The focus on “vaccine nationalism” versus “vaccine equity” reflects broader global health disparities, including limited access to affordable medicines and TRIPS restrictions. These disparities hinder health outcomes and perpetuate poverty, which is a crucial determinant of health.
The pharmaceutical industry’s profit-driven motives in promoting vaccine equity raise skepticism about genuine commitments to equal access to health products. Access to health products is restricted in many places, leading to lower standards of medical care and perpetuating poverty.
The ongoing debate surrounding pandemic preparedness instruments, such as the International Health Regulations (IHR) amendments, underscores the need for specificity and deliberation. The ambiguity surrounding the new category of “pandemic emergency” and the financing and equity architecture requires thorough evaluation to make evidence-based decisions.
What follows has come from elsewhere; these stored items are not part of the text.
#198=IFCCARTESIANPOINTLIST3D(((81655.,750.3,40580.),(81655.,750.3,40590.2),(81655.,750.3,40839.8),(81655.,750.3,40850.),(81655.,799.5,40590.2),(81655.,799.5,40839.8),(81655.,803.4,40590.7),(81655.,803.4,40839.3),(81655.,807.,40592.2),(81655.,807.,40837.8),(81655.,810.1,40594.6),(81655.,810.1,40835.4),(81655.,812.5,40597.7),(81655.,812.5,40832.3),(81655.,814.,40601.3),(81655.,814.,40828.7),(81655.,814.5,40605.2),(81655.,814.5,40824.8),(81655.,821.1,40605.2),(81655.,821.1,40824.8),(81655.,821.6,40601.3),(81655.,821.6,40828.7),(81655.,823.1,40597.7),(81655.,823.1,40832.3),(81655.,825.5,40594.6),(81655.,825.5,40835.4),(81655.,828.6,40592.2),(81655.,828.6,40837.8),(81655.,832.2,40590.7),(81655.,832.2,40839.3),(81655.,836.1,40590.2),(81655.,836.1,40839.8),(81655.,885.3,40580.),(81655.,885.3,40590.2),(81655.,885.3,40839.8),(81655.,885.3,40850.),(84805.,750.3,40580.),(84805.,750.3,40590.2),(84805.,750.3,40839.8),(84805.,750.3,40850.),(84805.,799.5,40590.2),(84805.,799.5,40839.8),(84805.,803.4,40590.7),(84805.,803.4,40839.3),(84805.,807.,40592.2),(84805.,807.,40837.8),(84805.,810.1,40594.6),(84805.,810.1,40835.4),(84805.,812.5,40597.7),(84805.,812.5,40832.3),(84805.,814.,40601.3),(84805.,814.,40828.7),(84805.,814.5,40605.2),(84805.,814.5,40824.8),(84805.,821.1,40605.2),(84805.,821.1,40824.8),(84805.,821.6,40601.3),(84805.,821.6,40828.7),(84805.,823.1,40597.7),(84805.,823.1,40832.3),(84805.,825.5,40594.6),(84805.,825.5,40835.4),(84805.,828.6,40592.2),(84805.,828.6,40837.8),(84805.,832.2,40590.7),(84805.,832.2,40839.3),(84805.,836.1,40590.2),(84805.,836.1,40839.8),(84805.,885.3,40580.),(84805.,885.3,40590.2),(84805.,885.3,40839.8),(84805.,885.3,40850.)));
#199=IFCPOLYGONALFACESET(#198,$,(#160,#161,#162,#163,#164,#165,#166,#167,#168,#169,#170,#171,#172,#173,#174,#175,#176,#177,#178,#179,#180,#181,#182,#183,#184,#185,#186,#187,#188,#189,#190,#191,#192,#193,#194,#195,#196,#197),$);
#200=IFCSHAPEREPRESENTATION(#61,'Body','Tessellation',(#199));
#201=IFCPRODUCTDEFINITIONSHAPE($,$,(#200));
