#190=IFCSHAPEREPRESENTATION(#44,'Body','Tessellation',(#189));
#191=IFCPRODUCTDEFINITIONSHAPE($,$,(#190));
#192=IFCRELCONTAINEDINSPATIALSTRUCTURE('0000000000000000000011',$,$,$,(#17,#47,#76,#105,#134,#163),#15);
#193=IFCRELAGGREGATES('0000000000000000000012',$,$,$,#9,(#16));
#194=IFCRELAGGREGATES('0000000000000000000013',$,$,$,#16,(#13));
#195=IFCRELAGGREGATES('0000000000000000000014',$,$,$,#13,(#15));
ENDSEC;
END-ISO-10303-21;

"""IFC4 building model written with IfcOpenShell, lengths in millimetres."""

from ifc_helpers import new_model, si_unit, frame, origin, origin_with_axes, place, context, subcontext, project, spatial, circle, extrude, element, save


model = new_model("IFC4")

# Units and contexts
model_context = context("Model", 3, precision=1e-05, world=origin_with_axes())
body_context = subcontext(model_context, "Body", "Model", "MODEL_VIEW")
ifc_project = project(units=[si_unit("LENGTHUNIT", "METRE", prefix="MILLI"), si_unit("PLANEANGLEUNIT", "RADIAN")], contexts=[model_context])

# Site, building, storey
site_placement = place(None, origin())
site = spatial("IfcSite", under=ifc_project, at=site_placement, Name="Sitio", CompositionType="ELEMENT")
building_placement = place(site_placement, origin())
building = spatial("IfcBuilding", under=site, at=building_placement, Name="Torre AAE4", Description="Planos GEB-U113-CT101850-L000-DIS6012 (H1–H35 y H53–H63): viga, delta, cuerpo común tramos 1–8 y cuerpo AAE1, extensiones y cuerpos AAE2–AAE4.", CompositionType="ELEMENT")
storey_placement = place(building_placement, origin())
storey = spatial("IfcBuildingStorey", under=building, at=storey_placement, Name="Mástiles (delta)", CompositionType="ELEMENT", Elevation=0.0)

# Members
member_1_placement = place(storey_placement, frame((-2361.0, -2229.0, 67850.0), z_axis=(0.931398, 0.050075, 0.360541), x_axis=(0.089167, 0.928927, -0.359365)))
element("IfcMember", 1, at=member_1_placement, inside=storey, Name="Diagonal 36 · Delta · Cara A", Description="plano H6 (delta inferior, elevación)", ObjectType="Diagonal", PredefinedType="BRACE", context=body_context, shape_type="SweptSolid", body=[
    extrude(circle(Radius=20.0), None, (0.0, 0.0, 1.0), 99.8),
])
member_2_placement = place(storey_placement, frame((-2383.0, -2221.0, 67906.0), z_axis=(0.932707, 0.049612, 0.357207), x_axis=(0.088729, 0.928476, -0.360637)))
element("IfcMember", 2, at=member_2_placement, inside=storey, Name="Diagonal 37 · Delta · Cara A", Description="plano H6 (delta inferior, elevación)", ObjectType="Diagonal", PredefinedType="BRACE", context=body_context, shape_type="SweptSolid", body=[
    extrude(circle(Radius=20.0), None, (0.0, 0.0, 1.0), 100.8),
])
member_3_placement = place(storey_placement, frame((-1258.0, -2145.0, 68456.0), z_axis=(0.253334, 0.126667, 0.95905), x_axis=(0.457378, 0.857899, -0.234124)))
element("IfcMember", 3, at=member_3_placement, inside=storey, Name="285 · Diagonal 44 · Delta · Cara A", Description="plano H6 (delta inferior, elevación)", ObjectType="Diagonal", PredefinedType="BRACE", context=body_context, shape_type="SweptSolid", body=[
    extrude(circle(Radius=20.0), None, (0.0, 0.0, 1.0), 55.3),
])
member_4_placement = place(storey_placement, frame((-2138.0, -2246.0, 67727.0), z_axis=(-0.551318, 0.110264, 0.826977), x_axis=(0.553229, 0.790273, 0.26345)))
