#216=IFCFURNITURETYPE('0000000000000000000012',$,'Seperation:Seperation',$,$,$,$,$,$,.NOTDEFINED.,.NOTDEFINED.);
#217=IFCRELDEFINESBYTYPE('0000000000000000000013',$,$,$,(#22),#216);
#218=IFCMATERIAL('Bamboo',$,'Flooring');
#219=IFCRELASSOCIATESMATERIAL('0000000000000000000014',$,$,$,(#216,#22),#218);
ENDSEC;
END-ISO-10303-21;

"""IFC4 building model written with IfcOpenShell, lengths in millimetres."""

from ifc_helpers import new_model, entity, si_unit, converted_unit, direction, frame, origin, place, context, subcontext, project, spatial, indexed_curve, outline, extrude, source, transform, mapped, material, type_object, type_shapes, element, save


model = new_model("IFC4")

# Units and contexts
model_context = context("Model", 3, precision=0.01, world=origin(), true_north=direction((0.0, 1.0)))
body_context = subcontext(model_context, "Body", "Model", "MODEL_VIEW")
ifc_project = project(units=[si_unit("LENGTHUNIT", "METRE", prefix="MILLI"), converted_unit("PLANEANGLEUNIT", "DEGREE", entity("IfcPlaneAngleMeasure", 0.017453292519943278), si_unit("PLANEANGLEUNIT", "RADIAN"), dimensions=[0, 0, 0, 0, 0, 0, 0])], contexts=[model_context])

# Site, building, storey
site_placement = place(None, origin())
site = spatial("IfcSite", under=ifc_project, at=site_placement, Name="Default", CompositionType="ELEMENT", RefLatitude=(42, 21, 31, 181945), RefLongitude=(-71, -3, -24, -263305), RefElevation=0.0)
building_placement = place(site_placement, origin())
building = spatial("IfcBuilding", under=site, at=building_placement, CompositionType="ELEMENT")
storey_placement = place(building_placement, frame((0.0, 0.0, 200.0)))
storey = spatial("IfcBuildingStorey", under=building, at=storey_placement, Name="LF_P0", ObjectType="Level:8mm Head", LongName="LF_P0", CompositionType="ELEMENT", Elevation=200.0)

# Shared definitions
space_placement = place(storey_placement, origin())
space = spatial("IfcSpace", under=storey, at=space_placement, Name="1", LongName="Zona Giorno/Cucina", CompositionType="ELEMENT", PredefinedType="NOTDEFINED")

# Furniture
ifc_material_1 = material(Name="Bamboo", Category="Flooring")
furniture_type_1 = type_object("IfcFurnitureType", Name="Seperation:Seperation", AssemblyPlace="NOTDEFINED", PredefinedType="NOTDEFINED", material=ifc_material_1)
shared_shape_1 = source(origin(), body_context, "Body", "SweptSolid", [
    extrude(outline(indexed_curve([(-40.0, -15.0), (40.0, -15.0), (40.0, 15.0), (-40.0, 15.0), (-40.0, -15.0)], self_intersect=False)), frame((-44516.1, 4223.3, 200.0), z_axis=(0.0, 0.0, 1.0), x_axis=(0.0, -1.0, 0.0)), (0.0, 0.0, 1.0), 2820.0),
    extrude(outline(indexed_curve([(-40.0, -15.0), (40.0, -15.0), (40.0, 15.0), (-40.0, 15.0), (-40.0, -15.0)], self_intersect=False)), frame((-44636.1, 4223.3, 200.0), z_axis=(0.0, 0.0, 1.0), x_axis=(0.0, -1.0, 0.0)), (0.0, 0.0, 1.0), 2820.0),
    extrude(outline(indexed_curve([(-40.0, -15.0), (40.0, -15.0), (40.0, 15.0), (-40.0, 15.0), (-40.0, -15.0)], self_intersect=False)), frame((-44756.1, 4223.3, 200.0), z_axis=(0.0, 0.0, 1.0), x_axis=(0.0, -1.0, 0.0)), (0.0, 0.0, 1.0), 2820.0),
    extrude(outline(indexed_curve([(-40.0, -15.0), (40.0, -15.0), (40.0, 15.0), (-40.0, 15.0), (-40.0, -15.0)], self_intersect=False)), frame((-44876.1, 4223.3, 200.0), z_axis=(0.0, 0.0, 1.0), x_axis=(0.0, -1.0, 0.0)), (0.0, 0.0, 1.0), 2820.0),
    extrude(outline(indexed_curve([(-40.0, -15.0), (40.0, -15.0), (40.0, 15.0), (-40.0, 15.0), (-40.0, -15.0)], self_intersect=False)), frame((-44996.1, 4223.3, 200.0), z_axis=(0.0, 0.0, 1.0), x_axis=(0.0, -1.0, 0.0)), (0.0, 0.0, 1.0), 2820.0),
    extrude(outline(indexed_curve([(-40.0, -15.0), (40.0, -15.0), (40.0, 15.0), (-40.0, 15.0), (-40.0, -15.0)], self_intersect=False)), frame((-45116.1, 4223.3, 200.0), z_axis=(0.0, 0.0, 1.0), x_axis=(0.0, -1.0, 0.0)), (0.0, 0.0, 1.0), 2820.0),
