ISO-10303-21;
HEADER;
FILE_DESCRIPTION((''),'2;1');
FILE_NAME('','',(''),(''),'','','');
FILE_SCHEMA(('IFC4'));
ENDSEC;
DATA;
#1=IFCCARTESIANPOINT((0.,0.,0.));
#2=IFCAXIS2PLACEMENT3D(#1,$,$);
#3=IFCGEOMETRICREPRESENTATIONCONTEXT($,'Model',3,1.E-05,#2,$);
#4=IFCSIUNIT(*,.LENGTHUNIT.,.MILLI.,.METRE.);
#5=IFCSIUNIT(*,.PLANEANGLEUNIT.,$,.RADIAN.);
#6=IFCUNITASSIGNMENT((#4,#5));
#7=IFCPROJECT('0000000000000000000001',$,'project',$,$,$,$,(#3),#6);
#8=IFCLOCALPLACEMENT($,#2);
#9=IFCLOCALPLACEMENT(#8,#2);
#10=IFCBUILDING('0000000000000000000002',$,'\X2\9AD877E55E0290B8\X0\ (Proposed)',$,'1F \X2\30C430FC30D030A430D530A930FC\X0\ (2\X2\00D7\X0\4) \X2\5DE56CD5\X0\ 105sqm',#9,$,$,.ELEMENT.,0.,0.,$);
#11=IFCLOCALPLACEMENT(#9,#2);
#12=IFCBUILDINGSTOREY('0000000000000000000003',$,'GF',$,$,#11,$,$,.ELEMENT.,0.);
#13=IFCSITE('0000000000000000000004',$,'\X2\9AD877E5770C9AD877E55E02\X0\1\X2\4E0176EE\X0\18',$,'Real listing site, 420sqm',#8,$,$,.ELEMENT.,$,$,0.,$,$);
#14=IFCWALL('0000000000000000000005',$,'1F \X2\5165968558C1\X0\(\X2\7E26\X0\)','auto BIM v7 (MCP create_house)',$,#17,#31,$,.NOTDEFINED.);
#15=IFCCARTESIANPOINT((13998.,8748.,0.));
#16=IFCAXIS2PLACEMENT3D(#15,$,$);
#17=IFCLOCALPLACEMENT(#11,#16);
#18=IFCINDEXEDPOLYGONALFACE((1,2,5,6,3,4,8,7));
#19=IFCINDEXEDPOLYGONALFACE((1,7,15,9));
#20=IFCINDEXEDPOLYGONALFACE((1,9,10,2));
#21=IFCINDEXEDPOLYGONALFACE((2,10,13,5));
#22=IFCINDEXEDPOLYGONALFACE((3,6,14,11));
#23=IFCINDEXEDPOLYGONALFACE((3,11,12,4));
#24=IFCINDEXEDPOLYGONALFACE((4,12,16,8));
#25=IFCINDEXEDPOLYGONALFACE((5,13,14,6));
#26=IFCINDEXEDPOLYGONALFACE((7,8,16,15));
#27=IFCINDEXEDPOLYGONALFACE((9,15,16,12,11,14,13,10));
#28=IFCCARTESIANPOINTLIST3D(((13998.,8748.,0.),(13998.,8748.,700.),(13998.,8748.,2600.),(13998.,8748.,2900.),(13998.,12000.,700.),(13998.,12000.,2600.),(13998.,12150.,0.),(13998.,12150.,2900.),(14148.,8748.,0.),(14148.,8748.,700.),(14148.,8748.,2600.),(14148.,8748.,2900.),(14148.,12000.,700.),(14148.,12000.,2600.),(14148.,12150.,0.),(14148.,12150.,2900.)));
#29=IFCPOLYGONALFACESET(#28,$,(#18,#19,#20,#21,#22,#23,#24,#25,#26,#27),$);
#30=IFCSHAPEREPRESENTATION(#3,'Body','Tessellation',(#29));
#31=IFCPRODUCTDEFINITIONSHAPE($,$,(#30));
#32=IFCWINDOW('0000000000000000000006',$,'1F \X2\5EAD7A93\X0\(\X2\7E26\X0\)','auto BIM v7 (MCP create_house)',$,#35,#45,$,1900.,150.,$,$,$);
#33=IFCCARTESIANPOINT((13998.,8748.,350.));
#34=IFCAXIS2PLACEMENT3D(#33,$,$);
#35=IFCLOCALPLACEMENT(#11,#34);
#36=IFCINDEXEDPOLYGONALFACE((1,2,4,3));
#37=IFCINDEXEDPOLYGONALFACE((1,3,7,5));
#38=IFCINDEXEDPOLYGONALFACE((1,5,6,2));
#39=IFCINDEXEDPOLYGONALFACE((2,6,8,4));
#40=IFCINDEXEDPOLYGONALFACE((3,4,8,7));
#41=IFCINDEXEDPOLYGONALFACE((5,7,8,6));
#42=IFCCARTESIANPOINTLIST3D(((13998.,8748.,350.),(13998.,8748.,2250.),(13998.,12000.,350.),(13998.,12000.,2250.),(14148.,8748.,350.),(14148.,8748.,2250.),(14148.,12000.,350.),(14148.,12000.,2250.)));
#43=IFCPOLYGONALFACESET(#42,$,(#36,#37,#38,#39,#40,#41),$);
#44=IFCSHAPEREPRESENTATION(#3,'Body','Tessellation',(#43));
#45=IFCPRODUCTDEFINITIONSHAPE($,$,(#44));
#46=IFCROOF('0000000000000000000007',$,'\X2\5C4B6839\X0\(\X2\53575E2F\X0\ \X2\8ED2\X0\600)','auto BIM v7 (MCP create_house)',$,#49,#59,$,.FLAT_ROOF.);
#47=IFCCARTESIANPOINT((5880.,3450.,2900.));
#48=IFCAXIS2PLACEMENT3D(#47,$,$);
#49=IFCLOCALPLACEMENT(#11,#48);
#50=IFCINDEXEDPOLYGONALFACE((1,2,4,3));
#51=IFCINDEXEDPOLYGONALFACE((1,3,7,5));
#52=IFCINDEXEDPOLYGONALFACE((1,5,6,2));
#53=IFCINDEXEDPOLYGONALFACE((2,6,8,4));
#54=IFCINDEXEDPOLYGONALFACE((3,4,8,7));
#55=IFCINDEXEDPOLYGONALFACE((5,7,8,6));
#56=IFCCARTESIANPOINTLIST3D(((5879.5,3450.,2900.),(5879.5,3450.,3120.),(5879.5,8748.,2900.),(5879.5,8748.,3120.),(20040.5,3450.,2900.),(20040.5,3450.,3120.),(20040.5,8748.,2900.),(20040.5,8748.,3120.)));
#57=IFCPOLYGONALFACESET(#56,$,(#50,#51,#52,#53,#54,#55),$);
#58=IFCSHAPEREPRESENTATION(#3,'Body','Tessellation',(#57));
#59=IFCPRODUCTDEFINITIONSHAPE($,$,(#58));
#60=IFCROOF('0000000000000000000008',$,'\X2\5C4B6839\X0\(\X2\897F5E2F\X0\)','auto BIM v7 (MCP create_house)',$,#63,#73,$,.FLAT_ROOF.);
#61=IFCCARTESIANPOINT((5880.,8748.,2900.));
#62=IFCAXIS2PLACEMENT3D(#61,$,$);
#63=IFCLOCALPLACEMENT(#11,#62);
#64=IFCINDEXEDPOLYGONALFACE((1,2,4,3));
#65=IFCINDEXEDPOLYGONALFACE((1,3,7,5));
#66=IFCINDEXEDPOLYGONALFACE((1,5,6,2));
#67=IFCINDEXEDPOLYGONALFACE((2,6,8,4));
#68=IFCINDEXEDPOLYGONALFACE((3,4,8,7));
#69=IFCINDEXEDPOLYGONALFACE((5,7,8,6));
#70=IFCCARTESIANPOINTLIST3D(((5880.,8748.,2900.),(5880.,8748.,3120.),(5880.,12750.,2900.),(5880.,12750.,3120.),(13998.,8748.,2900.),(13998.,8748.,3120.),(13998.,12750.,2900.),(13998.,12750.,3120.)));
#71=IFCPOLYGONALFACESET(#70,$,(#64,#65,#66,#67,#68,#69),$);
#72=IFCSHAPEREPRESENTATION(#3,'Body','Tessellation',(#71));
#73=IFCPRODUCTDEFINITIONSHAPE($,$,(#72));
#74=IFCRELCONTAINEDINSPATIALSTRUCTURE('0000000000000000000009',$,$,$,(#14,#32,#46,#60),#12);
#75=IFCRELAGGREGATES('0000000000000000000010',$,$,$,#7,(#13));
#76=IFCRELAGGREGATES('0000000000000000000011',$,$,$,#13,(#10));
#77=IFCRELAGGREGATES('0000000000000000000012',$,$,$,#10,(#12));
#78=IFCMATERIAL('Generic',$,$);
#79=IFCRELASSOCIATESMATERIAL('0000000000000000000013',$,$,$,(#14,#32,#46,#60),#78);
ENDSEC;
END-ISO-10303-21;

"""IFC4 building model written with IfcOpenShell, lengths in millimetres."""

from ifc_helpers import new_model, si_unit, frame, frame_2d, origin, place, context, project, spatial, rectangle, extrude, material, element, fill, save


model = new_model("IFC4")

# Units and contexts
model_context = context("Model", 3, precision=1e-05, world=origin())
ifc_project = project(units=[si_unit("LENGTHUNIT", "METRE", prefix="MILLI"), si_unit("PLANEANGLEUNIT", "RADIAN")], contexts=[model_context])

# Site, building, storey
site_placement = place(None, origin())
site = spatial("IfcSite", under=ifc_project, at=site_placement, Name="高知県高知市1丁目18", ObjectType="Real listing site, 420sqm", CompositionType="ELEMENT", RefElevation=0.0)
building_placement = place(site_placement, origin())
building = spatial("IfcBuilding", under=site, at=building_placement, Name="高知市邸 (Proposed)", ObjectType="1F ツーバイフォー (2×4) 工法 105sqm", CompositionType="ELEMENT", ElevationOfRefHeight=0.0, ElevationOfTerrain=0.0)
storey_placement = place(building_placement, origin())
storey = spatial("IfcBuildingStorey", under=building, at=storey_placement, Name="GF", CompositionType="ELEMENT", Elevation=0.0)

# Shared definitions
ifc_material = material(Name="Generic")

# Wall, opening, window
wall_1_placement = place(storey_placement, frame((13998.0, 8748.0, 0.0)))
wall_1 = element("IfcWall", 1, at=wall_1_placement, inside=storey, material=ifc_material, Name="1F 入隅壁(縦)", Description="auto BIM v7 (MCP create_house)", PredefinedType="NOTDEFINED", context=model_context, shape_type="SweptSolid", body=[
    extrude(rectangle(XDim=150.0, YDim=3402.0, at=frame_2d((75.0, 1701.0))), frame((13998.0, 8748.0, 0.0)), (0.0, 0.0, 1.0), 2900.0),
])
opening_1_placement = place(storey_placement, frame((13998.0, 8748.0, 350.0)))
opening_1 = element("IfcOpeningElement", 2, at=opening_1_placement, cuts=wall_1, PredefinedType="NOTDEFINED", context=model_context, shape_type="SweptSolid", body=[
    extrude(rectangle(XDim=150.0, YDim=3252.0, at=frame_2d((75.0, 1626.0))), frame((13998.0, 8748.0, 350.0)), (0.0, 0.0, 1.0), 1900.0),
])
window_1_placement = place(storey_placement, frame((13998.0, 8748.0, 350.0)))
window_1 = element("IfcWindow", 3, at=window_1_placement, inside=storey, material=ifc_material, Name="1F 庭窓(縦)", Description="auto BIM v7 (MCP create_house)", OverallHeight=1900.0, OverallWidth=150.0, context=model_context, shape_type="SweptSolid", body=[
    extrude(rectangle(XDim=150.0, YDim=3252.0, at=frame_2d((75.0, 1626.0))), frame((13998.0, 8748.0, 350.0)), (0.0, 0.0, 1.0), 1900.0),
])
fill(opening_1, window_1)

# Roofs
roof_1_placement = place(storey_placement, frame((5880.0, 3450.0, 2900.0)))
element("IfcRoof", 4, at=roof_1_placement, inside=storey, material=ifc_material, Name="屋根(南帯 軒600)", Description="auto BIM v7 (MCP create_house)", PredefinedType="FLAT_ROOF", context=model_context, shape_type="SweptSolid", body=[
    extrude(rectangle(XDim=14161.0, YDim=5298.0, at=frame_2d((7080.0, 2649.0))), frame((5880.0, 3450.0, 2900.0)), (0.0, 0.0, 1.0), 220.0),
])
roof_2_placement = place(storey_placement, frame((5880.0, 8748.0, 2900.0)))
element("IfcRoof", 5, at=roof_2_placement, inside=storey, material=ifc_material, Name="屋根(西帯)", Description="auto BIM v7 (MCP create_house)", PredefinedType="FLAT_ROOF", context=model_context, shape_type="SweptSolid", body=[
    extrude(rectangle(XDim=8118.0, YDim=4002.0, at=frame_2d((4059.0, 2001.0))), frame((5880.0, 8748.0, 2900.0)), (0.0, 0.0, 1.0), 220.0),
])

save(model, "model.ifc")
In response to these challenges, organizations like REPPARE continue their work to assess pandemic risk, disease burden, and the financial aspects of pandemic preparedness. Research efforts aim to understand the political drivers and suitability of the global health agenda for pandemic prevention, preparedness, and response.
The viewpoints expressed in this article are the author’s opinions and may not necessarily reflect those of The Epoch Times. Please rephrase.